§ **WHAT IS REQUIRED**:
In the material below, the required lines run from the one containing "#185=IFCPRODUCTDEFINITIONSHAPE($,$,(#184));" through the one containing "from ifc_helpers import". Copy those lines exactly, ends included, and nothing else.

BEGIN DATA TO EXAMINE

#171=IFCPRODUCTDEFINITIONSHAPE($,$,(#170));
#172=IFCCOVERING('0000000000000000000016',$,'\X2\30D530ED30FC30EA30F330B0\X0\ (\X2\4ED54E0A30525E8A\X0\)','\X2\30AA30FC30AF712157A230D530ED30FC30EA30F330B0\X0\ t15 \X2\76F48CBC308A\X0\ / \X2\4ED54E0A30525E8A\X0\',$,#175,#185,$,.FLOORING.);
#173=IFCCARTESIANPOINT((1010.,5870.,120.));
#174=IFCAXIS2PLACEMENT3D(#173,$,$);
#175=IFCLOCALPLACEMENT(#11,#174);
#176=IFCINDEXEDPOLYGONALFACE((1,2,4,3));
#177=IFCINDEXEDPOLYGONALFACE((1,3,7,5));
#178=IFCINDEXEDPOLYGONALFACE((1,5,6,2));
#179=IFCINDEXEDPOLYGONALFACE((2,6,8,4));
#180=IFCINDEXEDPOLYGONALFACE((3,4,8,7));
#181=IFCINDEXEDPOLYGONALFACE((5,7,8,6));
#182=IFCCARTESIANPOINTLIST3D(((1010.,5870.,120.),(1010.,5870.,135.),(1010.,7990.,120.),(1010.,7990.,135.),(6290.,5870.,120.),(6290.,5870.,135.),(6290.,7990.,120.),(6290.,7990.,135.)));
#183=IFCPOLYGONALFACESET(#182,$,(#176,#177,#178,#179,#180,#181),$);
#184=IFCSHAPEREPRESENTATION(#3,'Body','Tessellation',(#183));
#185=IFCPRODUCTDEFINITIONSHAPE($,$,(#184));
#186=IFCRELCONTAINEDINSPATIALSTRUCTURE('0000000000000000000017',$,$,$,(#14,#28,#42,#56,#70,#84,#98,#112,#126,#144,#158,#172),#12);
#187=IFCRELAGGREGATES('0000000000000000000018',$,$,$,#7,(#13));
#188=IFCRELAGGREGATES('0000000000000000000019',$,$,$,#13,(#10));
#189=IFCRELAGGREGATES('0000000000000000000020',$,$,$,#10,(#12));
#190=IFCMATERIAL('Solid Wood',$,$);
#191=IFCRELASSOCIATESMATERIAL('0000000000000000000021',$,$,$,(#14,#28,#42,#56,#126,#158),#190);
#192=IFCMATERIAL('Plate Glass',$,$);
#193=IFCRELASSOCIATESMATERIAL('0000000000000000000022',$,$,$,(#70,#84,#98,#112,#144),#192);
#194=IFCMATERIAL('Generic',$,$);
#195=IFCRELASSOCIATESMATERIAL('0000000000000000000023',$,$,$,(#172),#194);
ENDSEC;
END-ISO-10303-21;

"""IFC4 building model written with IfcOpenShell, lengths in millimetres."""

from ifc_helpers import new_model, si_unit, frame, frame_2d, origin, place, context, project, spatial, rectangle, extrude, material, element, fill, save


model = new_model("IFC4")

END DATA TO EXAMINE

§ **PROBLEM SOLUTION**:
#185=IFCPRODUCTDEFINITIONSHAPE($,$,(#184));
#186=IFCRELCONTAINEDINSPATIALSTRUCTURE('0000000000000000000017',$,$,$,(#14,#28,#42,#56,#70,#84,#98,#112,#126,#144,#158,#172),#12);
#187=IFCRELAGGREGATES('0000000000000000000018',$,$,$,#7,(#13));
#188=IFCRELAGGREGATES('0000000000000000000019',$,$,$,#13,(#10));
#189=IFCRELAGGREGATES('0000000000000000000020',$,$,$,#10,(#12));
#190=IFCMATERIAL('Solid Wood',$,$);
#191=IFCRELASSOCIATESMATERIAL('0000000000000000000021',$,$,$,(#14,#28,#42,#56,#126,#158),#190);
#192=IFCMATERIAL('Plate Glass',$,$);
#193=IFCRELASSOCIATESMATERIAL('0000000000000000000022',$,$,$,(#70,#84,#98,#112,#144),#192);
#194=IFCMATERIAL('Generic',$,$);
#195=IFCRELASSOCIATESMATERIAL('0000000000000000000023',$,$,$,(#172),#194);
ENDSEC;
END-ISO-10303-21;

"""IFC4 building model written with IfcOpenShell, lengths in millimetres."""

from ifc_helpers import new_model, si_unit, frame, frame_2d, origin, place, context, project, spatial, rectangle, extrude, material, element, fill, save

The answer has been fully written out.